(Dataset items)
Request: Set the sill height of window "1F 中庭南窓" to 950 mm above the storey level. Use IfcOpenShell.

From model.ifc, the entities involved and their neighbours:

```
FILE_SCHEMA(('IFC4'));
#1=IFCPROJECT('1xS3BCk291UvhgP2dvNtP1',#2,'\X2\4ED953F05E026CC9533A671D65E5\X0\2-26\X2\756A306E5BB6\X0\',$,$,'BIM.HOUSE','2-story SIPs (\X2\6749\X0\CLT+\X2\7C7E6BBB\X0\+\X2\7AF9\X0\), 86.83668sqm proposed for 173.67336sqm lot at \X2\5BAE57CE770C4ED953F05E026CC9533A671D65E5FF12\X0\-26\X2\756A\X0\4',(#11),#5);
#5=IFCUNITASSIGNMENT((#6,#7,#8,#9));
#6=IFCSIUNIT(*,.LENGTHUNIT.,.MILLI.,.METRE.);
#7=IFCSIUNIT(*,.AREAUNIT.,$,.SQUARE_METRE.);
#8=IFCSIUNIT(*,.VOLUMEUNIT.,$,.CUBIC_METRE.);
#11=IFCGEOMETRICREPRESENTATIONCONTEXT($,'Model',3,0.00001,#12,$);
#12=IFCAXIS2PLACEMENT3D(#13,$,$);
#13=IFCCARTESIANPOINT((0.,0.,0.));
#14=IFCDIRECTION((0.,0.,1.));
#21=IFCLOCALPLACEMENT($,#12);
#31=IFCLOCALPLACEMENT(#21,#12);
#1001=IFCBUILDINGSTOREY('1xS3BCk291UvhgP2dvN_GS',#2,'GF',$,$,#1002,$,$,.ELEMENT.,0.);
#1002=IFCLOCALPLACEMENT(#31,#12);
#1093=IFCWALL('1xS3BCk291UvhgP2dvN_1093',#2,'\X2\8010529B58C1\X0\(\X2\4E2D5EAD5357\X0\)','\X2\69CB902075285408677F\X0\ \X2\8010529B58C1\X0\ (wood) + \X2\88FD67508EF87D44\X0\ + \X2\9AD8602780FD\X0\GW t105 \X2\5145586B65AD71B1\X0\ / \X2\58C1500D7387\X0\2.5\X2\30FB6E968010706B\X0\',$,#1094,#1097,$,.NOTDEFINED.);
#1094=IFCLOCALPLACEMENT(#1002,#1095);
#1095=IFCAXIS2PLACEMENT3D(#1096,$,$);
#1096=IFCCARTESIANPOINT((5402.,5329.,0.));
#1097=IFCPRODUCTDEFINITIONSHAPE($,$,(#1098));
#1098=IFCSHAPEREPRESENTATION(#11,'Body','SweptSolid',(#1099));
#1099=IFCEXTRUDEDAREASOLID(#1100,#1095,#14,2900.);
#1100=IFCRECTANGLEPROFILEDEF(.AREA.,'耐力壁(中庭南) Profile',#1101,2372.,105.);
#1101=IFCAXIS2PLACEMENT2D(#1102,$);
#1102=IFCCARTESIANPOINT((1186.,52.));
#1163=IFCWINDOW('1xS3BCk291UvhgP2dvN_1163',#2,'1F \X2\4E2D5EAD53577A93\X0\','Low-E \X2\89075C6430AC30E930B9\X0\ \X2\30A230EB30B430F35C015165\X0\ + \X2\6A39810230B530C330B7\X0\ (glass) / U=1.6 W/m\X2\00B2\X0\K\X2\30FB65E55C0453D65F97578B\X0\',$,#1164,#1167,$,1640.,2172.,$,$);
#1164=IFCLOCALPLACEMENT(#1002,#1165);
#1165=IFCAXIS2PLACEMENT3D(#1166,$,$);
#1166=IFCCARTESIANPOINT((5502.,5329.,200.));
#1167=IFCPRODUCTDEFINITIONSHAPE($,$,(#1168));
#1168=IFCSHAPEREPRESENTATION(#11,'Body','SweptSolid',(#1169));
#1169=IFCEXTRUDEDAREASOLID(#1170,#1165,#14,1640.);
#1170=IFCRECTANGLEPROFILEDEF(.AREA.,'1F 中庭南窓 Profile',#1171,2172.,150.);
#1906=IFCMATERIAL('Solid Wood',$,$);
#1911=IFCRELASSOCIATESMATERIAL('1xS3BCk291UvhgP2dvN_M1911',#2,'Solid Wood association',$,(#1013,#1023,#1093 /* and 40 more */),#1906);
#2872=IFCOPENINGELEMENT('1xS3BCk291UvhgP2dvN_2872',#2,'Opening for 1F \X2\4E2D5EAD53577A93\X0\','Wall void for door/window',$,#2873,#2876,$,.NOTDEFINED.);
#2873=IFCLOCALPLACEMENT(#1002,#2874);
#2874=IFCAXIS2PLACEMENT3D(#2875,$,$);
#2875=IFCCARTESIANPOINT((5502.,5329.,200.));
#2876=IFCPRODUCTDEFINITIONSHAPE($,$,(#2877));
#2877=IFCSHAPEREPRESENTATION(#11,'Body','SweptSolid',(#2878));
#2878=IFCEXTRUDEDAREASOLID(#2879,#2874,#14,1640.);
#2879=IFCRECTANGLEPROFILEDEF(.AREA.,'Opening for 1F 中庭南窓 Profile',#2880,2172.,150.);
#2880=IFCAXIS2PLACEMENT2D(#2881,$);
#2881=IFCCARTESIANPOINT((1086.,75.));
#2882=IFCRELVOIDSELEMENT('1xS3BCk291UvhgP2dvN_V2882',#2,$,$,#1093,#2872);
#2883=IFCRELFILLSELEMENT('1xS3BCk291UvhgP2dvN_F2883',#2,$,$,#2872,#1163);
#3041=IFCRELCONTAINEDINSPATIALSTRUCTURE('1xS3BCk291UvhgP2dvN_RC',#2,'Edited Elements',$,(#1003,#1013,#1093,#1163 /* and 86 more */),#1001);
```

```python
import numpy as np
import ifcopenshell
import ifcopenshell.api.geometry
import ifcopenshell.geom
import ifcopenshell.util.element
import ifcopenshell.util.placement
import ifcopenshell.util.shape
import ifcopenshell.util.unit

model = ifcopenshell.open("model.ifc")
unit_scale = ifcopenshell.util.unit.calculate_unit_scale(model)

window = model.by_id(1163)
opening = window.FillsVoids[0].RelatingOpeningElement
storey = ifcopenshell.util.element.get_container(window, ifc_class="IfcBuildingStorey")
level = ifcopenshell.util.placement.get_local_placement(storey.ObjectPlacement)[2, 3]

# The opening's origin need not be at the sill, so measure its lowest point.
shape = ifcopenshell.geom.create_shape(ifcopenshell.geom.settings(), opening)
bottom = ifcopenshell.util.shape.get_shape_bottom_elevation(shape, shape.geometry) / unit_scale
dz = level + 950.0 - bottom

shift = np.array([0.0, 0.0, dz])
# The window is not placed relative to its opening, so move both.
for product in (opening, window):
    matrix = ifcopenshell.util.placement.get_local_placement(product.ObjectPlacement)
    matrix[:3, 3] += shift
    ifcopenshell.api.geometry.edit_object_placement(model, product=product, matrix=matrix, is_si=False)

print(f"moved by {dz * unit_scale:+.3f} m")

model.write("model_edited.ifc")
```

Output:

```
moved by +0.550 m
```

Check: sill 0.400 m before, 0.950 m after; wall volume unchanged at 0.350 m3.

---

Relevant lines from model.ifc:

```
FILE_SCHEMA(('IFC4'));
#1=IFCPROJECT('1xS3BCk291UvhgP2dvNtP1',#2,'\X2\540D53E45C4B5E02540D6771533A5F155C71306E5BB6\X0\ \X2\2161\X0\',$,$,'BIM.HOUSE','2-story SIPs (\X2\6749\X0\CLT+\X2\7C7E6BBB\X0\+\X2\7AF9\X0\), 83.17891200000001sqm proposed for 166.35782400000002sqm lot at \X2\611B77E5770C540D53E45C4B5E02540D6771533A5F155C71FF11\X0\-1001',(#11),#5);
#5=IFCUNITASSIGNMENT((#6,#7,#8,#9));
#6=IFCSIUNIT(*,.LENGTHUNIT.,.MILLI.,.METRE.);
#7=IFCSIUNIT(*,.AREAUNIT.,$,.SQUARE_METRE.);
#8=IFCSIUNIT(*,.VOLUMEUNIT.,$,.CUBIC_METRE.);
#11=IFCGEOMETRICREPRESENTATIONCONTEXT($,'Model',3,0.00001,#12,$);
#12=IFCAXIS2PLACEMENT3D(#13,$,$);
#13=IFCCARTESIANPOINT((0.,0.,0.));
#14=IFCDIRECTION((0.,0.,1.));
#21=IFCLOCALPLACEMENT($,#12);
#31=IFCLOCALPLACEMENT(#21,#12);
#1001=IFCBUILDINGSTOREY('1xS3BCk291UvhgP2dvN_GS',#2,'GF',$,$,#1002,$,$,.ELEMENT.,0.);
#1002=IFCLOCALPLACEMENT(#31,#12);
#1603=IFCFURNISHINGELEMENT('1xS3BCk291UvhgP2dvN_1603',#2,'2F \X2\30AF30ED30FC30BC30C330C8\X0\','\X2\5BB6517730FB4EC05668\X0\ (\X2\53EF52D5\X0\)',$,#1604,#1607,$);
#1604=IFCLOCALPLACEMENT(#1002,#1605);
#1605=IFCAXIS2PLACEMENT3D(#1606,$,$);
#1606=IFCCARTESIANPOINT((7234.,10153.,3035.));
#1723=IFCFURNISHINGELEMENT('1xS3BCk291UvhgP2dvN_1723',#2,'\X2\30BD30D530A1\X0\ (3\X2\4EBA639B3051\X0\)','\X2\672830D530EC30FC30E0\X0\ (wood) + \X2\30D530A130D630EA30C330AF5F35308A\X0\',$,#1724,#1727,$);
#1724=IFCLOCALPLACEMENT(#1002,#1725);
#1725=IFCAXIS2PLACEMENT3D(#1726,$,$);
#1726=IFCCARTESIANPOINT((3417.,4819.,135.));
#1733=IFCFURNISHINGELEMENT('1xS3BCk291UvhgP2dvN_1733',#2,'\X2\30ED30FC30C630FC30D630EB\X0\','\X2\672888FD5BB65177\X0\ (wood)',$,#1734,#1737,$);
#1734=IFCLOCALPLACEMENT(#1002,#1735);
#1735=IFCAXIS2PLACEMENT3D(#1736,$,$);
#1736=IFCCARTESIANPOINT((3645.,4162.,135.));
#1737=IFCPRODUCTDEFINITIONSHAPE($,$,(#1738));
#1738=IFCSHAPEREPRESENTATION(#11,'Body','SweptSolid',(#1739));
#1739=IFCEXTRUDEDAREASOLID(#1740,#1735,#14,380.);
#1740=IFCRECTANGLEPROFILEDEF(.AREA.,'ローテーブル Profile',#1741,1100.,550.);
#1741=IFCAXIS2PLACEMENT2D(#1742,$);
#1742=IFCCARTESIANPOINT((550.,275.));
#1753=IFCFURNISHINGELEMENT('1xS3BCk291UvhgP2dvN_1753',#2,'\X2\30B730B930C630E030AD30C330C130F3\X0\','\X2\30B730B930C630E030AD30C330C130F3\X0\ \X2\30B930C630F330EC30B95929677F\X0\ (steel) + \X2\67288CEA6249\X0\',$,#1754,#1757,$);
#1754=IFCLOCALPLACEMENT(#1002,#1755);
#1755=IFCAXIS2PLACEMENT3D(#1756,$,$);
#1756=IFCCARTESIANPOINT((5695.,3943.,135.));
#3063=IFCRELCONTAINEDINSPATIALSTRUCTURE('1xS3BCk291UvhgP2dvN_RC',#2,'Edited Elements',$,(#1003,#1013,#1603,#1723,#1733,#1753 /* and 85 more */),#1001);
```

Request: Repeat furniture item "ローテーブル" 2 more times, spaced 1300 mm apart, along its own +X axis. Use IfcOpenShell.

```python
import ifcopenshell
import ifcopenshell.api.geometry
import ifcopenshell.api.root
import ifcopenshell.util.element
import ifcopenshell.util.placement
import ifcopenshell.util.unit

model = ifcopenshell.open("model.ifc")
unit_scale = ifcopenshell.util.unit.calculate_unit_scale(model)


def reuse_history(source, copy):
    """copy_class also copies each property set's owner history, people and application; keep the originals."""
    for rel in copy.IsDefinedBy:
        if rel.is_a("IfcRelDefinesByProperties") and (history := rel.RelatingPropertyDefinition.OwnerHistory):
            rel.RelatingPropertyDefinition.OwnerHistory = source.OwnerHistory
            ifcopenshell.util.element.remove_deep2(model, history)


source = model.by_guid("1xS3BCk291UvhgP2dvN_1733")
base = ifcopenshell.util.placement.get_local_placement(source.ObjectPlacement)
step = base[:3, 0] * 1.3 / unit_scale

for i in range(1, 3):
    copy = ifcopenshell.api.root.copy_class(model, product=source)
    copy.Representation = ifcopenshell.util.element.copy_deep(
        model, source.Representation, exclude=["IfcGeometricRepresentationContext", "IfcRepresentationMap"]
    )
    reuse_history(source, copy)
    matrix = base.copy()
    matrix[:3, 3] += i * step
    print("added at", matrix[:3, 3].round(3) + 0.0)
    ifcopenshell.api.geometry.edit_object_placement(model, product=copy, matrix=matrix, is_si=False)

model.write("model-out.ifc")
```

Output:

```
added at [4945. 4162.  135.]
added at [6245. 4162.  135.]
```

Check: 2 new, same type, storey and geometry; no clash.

» WHAT TO WORK ON: Report, for the data above, every line in which the string "IFCRELCONTAINEDINSPATIALSTRUCTURE" appears.

» FINISHED TASK:
#3041=IFCRELCONTAINEDINSPATIALSTRUCTURE('1xS3BCk291UvhgP2dvN_RC',#2,'Edited Elements',$,(#1003,#1013,#1093,#1163 /* and 86 more */),#1001);
#3063=IFCRELCONTAINEDINSPATIALSTRUCTURE('1xS3BCk291UvhgP2dvN_RC',#2,'Edited Elements',$,(#1003,#1013,#1603,#1723,#1733,#1753 /* and 85 more */),#1001);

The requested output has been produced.